In the job push metrics we see less job push failures.
When we check the written records we can see a decrease in yield, but an increase in timeouts. The reason is that we have to try several workers before giving it back.
Experiment two worked as expected. ✅
Third Chaos Experiment
In a real-world scenario, it will not happen if you have a slow dependency, for which for example a worker waits that you can scale and this will solve your problems. Likely you will get even slower because more pressure is put on the dependency. To mimic this scenario we experimented with increasing the completion time again. A completion delay set to 2500ms, means a job timeout of 15s.
Expected
We expect after slowing down all workers again, that our throughput goes down again, but we should see no general error. Potentially a slight memory increase because of buffering of jobs.
This also means more yields and fewer timeouts.
Actual
As expected again we see a drop in throughput, but it is still a bit higher than at the first experiment.
No difference at all in the memory consumption, by the gateway.
In the records we can also again see that yield increase, and timeouts have been decreased.
Experiment three worked as expected. ✅
Several further experiments
We did several further experiments where we scaled the workers, played with the completion delay, reduced the starter load etc. At some point, we reached a state size that was too big (~2 Gig) such that this impacted our processing. We had to drain the cluster and stop the starters completely.
Interestingly was that when we reduced the completion delay, we just had a slight increase in completion, when we scaled down the workers (marked with the annotation in the graph), to reduce activations, we saw no difference.
Only when we hit a certain threshold in RocksDb (it seems to be at least), the completion went up by a lot.
This is because the record processing latency was heavily reduced (likely the commit latency or iteration latency in RocksDb).
Experiment with worker impact
We wanted to understand and experiment with the impact of a slow worker on different process instances.
To see such an impact in our metrics we had to patch our current execution metrics, such that includes the BPMN processId, so we can differentiate between execution times of different processes.
See the related branch for more details ck-latency-metrics
Furthermore, a new process model was added slow-task.bpm
and new deployments to create such instances and work on them.

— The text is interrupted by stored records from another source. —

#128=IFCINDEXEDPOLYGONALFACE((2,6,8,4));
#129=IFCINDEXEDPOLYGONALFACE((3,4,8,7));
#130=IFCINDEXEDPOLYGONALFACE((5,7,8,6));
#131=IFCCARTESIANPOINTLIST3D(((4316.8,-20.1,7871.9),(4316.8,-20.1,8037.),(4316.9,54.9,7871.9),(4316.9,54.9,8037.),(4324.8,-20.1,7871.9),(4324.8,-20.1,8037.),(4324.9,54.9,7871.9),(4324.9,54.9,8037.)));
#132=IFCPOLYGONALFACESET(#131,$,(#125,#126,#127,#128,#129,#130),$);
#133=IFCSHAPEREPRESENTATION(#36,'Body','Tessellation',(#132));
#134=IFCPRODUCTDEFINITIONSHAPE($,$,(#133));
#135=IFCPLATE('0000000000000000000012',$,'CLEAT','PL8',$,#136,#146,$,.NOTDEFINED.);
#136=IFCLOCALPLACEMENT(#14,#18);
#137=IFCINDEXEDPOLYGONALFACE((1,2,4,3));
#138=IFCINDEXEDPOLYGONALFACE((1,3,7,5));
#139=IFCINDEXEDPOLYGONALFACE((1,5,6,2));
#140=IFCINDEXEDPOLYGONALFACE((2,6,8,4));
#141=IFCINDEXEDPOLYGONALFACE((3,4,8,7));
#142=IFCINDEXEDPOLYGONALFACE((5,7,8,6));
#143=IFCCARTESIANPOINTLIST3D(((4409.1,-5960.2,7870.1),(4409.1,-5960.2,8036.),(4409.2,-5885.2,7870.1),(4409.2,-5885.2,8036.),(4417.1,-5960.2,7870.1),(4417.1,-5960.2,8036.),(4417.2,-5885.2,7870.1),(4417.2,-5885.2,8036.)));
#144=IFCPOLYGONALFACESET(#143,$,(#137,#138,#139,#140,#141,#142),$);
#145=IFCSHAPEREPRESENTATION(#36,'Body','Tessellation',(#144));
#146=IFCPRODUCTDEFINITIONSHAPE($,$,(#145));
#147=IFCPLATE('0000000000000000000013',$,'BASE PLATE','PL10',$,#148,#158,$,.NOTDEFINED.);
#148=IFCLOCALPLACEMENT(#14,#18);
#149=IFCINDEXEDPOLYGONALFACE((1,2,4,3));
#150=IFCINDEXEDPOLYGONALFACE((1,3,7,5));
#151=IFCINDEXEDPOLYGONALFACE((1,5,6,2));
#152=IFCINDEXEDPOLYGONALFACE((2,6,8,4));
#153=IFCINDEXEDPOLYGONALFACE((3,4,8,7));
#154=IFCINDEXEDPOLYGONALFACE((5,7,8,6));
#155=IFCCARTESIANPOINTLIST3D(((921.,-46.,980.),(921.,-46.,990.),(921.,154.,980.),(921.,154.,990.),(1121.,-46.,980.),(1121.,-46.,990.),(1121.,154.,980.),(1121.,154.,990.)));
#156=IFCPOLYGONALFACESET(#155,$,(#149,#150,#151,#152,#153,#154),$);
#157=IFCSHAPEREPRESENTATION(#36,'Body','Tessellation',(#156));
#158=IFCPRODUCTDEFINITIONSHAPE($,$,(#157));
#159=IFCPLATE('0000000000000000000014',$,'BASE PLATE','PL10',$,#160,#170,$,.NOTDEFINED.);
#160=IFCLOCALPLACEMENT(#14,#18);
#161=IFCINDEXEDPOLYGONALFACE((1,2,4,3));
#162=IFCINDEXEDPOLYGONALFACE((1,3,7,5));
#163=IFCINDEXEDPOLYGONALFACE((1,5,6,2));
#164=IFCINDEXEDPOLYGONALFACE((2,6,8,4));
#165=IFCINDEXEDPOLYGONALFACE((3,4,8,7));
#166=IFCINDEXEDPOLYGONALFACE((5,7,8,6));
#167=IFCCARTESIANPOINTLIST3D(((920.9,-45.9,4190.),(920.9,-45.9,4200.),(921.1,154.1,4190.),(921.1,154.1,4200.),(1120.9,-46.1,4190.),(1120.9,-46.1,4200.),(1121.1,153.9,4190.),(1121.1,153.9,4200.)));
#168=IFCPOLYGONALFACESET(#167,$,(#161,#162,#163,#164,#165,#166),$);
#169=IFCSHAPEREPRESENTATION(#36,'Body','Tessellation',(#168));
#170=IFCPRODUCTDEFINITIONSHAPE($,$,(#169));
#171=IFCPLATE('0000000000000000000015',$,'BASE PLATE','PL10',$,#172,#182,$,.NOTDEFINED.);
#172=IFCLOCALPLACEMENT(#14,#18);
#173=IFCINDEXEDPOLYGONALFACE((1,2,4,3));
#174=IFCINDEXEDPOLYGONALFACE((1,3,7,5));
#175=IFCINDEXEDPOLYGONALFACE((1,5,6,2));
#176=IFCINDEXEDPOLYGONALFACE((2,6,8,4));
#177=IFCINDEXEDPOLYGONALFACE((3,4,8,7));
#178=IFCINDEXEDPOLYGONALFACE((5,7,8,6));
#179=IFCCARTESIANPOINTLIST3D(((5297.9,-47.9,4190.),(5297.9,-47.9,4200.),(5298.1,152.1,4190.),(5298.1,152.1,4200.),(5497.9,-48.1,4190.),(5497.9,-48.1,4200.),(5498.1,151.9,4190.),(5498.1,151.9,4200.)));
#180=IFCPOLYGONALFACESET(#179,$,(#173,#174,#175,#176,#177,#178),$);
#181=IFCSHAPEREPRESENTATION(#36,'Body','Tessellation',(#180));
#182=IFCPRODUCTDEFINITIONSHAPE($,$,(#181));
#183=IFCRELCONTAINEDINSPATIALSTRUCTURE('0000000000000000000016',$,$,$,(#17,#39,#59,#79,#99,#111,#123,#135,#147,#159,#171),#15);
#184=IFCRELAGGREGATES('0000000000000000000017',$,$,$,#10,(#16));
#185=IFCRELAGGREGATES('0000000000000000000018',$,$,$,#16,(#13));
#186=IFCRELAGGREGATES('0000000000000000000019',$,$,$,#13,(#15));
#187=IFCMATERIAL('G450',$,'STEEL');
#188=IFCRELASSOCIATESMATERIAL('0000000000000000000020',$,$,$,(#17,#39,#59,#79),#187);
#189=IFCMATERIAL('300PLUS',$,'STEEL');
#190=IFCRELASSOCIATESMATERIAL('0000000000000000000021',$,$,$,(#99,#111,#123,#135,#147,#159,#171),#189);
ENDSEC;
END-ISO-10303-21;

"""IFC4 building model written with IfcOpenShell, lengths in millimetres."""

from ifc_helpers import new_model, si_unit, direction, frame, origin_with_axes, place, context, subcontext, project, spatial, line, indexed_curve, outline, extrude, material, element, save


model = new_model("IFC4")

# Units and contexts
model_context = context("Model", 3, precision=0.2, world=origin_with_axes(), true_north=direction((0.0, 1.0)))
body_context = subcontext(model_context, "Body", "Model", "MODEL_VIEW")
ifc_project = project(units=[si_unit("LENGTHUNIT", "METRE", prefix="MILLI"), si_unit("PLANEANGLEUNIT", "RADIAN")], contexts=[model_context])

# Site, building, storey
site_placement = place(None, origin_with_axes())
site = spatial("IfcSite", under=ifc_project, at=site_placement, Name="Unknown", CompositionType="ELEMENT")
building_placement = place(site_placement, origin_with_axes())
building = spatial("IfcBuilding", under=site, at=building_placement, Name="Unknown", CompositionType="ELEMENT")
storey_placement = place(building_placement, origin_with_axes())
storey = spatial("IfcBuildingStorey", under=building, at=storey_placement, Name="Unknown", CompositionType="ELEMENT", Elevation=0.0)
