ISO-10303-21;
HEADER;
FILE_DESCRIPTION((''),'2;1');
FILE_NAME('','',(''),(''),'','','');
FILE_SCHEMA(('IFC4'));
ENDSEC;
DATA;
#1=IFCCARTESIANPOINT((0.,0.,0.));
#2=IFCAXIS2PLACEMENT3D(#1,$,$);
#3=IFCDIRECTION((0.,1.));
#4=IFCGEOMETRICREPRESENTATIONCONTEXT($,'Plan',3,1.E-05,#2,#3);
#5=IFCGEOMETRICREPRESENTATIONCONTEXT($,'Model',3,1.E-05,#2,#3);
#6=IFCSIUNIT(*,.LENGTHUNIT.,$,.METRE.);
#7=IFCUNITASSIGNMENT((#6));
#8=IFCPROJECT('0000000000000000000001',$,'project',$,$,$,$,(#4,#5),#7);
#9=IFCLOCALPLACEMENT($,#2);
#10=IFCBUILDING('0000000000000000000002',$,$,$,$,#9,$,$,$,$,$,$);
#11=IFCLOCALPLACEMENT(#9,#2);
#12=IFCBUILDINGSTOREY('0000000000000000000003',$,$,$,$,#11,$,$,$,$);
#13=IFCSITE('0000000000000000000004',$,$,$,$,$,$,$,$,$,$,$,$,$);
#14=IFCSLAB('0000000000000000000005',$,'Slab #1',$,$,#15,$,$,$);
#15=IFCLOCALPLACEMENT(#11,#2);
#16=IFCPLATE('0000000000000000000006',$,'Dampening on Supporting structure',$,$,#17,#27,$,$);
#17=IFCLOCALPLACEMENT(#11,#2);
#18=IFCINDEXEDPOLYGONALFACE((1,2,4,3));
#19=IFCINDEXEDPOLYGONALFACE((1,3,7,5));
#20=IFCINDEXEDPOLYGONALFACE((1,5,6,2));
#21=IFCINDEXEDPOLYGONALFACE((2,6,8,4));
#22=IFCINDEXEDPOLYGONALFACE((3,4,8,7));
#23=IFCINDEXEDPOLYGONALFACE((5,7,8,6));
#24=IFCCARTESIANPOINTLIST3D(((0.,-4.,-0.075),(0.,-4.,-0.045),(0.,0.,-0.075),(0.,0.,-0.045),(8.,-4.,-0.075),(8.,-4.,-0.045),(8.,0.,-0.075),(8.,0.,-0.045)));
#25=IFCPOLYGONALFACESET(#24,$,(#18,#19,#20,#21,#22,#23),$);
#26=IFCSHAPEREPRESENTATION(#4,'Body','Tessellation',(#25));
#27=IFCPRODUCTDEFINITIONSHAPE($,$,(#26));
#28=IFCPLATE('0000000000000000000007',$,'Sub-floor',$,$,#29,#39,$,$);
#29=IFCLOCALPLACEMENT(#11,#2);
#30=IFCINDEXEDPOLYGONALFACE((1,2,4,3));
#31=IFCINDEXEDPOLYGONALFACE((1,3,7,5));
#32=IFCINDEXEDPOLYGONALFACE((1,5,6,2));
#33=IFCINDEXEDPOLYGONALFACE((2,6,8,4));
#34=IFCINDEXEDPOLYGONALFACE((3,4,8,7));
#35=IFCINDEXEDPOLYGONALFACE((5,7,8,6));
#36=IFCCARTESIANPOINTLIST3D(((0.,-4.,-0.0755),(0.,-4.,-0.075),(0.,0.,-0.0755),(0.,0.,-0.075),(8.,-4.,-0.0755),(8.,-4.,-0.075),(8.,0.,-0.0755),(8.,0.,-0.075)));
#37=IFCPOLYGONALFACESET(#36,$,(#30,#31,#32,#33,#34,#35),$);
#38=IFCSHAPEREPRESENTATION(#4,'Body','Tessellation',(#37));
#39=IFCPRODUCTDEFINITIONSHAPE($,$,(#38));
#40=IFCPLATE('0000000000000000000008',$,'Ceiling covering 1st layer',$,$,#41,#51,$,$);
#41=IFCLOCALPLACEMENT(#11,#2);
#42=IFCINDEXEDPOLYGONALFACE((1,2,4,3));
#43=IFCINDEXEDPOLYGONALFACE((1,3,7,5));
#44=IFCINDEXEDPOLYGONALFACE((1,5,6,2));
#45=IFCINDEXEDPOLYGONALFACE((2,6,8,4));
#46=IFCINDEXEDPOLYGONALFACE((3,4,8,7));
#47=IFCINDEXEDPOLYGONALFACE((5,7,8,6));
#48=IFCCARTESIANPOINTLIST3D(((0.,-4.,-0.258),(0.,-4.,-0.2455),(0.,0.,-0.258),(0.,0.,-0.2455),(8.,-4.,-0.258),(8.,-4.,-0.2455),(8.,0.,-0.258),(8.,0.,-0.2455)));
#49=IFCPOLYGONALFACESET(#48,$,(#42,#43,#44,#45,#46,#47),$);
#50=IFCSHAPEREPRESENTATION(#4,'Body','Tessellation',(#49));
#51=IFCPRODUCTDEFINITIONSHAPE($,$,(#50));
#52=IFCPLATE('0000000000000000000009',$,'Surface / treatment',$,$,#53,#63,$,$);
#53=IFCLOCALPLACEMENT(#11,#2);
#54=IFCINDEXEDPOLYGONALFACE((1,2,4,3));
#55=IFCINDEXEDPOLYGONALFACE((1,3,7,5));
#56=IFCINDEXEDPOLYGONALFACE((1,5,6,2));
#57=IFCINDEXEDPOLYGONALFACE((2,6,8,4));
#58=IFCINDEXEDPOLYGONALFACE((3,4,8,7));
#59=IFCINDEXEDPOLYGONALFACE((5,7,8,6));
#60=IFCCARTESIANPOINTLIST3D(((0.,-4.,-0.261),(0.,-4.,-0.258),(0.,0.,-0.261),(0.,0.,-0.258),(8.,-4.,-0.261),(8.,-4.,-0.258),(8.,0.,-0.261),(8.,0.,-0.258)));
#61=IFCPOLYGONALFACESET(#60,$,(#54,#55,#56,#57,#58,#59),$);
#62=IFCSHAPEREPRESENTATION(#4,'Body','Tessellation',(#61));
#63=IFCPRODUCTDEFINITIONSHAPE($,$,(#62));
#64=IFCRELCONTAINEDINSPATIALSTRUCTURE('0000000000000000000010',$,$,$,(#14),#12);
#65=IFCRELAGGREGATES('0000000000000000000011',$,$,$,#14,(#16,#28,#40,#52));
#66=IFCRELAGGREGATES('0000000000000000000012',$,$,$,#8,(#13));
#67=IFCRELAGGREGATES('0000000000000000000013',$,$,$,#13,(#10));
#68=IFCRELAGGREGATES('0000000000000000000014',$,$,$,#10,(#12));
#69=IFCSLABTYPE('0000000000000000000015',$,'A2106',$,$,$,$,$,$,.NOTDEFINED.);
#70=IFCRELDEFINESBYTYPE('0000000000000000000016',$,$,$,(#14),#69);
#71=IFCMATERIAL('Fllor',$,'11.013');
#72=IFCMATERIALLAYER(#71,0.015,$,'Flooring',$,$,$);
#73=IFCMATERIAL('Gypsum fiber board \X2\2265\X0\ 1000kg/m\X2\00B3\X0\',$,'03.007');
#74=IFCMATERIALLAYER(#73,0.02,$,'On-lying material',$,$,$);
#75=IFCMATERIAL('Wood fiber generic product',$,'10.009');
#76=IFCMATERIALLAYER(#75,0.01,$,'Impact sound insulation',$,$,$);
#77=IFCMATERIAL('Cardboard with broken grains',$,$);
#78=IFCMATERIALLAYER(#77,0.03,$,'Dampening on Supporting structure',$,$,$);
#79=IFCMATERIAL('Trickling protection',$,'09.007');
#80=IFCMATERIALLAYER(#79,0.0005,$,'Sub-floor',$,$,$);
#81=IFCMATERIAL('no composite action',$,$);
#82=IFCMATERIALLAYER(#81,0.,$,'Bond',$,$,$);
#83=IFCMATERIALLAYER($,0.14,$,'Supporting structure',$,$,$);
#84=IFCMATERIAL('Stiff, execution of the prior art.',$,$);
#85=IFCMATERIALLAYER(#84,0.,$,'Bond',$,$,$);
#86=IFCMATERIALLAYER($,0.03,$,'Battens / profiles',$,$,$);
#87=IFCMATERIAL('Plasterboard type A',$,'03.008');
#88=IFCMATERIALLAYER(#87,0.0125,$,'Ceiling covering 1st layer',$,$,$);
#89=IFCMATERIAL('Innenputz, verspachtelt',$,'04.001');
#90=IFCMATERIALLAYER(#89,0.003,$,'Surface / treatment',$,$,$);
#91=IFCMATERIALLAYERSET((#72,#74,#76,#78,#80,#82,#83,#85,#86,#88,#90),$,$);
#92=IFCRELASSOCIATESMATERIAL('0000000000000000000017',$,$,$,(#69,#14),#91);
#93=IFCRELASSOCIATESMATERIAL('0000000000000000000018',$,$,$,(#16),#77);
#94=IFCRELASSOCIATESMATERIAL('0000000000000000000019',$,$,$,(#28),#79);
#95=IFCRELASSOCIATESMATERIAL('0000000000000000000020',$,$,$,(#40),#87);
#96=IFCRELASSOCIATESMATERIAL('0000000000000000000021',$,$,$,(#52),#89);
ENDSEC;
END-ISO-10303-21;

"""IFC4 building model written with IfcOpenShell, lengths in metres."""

from ifc_helpers import new_model, si_unit, direction, frame, frame_2d, origin, place, context, project, spatial, rectangle, extrude, material, layer, layer_set, type_object, element, aggregate, save


model = new_model("IFC4")

# Units and contexts
plan_context = context("Plan", 3, precision=1e-05, world=origin(), true_north=direction((0.0, 1.0)))
model_context = context("Model", 3, precision=1e-05, world=origin(), true_north=direction((0.0, 1.0)))
ifc_project = project(units=[si_unit("LENGTHUNIT", "METRE")], contexts=[plan_context, model_context])

# Site, building, storey
site = spatial("IfcSite", under=ifc_project)
building_placement = place(None, origin())
building = spatial("IfcBuilding", under=site, at=building_placement)
storey_placement = place(building_placement, origin())
storey = spatial("IfcBuildingStorey", under=building, at=storey_placement)

# Slab, plates
ifc_material_1 = material(Name="Fllor", Category="11.013")
ifc_layer_1 = layer(ifc_material_1, 0.015, Name="Flooring")
ifc_material_2 = material(Name="Gypsum fiber board ≥ 1000kg/m³", Category="03.007")
ifc_layer_2 = layer(ifc_material_2, 0.02, Name="On-lying material")
ifc_material_3 = material(Name="Wood fiber generic product", Category="10.009")
ifc_layer_3 = layer(ifc_material_3, 0.01, Name="Impact sound insulation")
ifc_material_4 = material(Name="Cardboard with broken grains")
ifc_layer_4 = layer(ifc_material_4, 0.03, Name="Dampening on Supporting structure")
ifc_material_5 = material(Name="Trickling protection", Category="09.007")
ifc_layer_5 = layer(ifc_material_5, 0.0005, Name="Sub-floor")
ifc_material_6 = material(Name="no composite action")
ifc_layer_6 = layer(ifc_material_6, 0.0, Name="Bond")
ifc_layer_7 = layer(None, 0.14, Name="Supporting structure")
ifc_material_7 = material(Name="Stiff, execution of the prior art.")
ifc_layer_8 = layer(ifc_material_7, 0.0, Name="Bond")
ifc_layer_9 = layer(None, 0.03, Name="Battens / profiles")
ifc_material_8 = material(Name="Plasterboard type A", Category="03.008")
ifc_layer_10 = layer(ifc_material_8, 0.0125, Name="Ceiling covering 1st layer")
ifc_material_9 = material(Name="Innenputz, verspachtelt", Category="04.001")
ifc_layer_11 = layer(ifc_material_9, 0.003, Name="Surface / treatment")
ifc_layer_set = layer_set([ifc_layer_1, ifc_layer_2, ifc_layer_3, ifc_layer_4, ifc_layer_5, ifc_layer_6, ifc_layer_7, ifc_layer_8, ifc_layer_9, ifc_layer_10, ifc_layer_11])
slab_type = type_object("IfcSlabType", Name="A2106", PredefinedType="NOTDEFINED", material=ifc_layer_set)
slab_placement = place(None, frame((0.0, 0.0, 0.0), z_axis=(0.0, 0.0, -1.0), x_axis=(1.0, 0.0, 0.0)))
slab = element("IfcSlab", 1, at=slab_placement, inside=storey, type_object=slab_type, material=ifc_layer_set, Name="Slab #1")
plate_1_placement = place(slab_placement, origin())
plate_1 = element("IfcPlate", 2, at=plate_1_placement, material=ifc_material_4, Name="Dampening on Supporting structure", context=plan_context, shape_type="SweptSolid", body=[
    extrude(rectangle(XDim=8.0, YDim=4.0, at=frame_2d((4.0, 2.0), x_axis=(1.0, 0.0))), frame((0.0, 0.0, 0.045), z_axis=(0.0, 0.0, 1.0), x_axis=(1.0, 0.0, 0.0)), (0.0, 0.0, 1.0), 0.03),
])
plate_2_placement = place(slab_placement, origin())
plate_2 = element("IfcPlate", 3, at=plate_2_placement, material=ifc_material_5, Name="Sub-floor", context=plan_context, shape_type="SweptSolid", body=[
    extrude(rectangle(XDim=8.0, YDim=4.0, at=frame_2d((4.0, 2.0), x_axis=(1.0, 0.0))), frame((0.0, 0.0, 0.075), z_axis=(0.0, 0.0, 1.0), x_axis=(1.0, 0.0, 0.0)), (0.0, 0.0, 1.0), 0.0005),
])
plate_3_placement = place(slab_placement, origin())
plate_3 = element("IfcPlate", 4, at=plate_3_placement, material=ifc_material_8, Name="Ceiling covering 1st layer", context=plan_context, shape_type="SweptSolid", body=[
    extrude(rectangle(XDim=8.0, YDim=4.0, at=frame_2d((4.0, 2.0), x_axis=(1.0, 0.0))), frame((0.0, 0.0, 0.2455), z_axis=(0.0, 0.0, 1.0), x_axis=(1.0, 0.0, 0.0)), (0.0, 0.0, 1.0), 0.0125),
])
plate_4_placement = place(slab_placement, origin())
plate_4 = element("IfcPlate", 5, at=plate_4_placement, material=ifc_material_9, Name="Surface / treatment", context=plan_context, shape_type="SweptSolid", body=[
    extrude(rectangle(XDim=8.0, YDim=4.0, at=frame_2d((4.0, 2.0), x_axis=(1.0, 0.0))), frame((0.0, 0.0, 0.258), z_axis=(0.0, 0.0, 1.0), x_axis=(1.0, 0.0, 0.0)), (0.0, 0.0, 1.0), 0.003),
])
aggregate(slab, [plate_1, plate_2, plate_3, plate_4])

save(model, "model.ifc")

The process model was similar to the benchmark model, only the job type has been changed.
Expected
To verify was that whether a slow worker would impact other instances, this was uncertain territory we were hitting.
To be honest we expected it would affect them.
Actual
We started the benchmark (default configs for broker and gateway), with additional configurations:
- benchmark starter with 75 PI/s rate
- 3 benchmark worker (60 capacity) and completion delay of 50 ms
- slow-task starter with 75 PI/s rate
- 3 slow-worker (60 capacity) and a completion delay of 50 ms (at the begin)

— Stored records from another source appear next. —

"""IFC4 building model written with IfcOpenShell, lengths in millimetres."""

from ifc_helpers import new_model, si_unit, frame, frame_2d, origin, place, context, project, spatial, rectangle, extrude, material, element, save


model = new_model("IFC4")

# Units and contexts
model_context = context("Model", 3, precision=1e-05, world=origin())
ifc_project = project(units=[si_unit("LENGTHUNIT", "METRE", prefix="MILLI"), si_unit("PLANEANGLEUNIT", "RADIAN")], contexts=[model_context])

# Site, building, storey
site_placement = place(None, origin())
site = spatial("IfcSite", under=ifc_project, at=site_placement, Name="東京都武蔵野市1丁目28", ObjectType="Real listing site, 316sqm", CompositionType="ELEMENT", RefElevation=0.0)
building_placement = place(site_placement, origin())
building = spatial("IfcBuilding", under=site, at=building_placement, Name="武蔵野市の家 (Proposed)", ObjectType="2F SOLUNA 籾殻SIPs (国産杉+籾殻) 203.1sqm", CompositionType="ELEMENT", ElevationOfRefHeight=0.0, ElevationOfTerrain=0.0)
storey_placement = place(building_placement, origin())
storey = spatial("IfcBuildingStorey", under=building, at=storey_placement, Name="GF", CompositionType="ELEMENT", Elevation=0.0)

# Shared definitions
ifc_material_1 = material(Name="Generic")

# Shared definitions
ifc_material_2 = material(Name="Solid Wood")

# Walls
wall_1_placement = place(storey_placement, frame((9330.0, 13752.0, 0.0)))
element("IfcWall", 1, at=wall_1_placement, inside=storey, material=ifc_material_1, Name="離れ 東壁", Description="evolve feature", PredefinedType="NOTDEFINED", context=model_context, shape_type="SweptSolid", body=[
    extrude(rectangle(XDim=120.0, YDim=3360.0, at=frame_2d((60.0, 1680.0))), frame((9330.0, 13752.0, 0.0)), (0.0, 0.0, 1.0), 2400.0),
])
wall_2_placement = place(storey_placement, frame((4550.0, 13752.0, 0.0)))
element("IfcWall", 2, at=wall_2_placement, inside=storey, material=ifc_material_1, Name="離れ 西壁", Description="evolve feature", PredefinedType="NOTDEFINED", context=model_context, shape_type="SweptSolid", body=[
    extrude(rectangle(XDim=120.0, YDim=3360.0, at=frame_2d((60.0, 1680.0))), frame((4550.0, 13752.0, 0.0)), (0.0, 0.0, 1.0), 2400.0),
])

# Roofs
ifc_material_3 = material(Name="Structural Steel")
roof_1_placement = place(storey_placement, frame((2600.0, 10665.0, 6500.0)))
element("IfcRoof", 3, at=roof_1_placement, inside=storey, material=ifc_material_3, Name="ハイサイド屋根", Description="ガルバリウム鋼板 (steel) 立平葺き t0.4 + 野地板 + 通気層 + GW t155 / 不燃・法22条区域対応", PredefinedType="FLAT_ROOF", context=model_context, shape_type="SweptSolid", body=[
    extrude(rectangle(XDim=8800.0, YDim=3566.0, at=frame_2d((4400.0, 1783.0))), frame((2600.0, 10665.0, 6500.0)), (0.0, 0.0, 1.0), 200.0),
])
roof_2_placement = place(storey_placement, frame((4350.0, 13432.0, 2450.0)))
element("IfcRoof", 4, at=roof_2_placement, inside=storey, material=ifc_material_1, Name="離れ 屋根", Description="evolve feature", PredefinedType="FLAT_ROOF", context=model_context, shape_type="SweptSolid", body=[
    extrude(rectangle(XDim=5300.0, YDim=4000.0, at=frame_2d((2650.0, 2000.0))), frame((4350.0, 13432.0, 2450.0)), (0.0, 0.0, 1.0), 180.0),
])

We can see based on the metrics that the execution latency is the same for both process instances, and we are able to complete our 150 PI/s.
We slowed now the worker for the type slow-task
down to a completion delay of 2500ms.
We can see that we start to get Job.YIELD
commands from the gateway, and we can see that the process instance execution is slowed down.
Interestingly that is only for the affected process instance, which we wanted to validate/verify.
Reasoning
Our first assumption was that both instance latencies would be impacted, because are writing YIELD commands, instead of being able to complete them.
But another consequence comes into play. If fewer jobs are worked on, there are also fewer jobs completed, this means fewer process instances have to be continued (with batch processing until the end).
This means a load of yield underweights the normal load of job completions, with additional process instance continuation. That was an interesting insight for us.
Result
Right now it seems that even if we have a slow worker it doesn't impact badly the general system, and only affects the corresponding process instance, not other instances.
What we should or need to investigate further what if the job completion delay is much larger than the timeout. This is something we might want to test soon.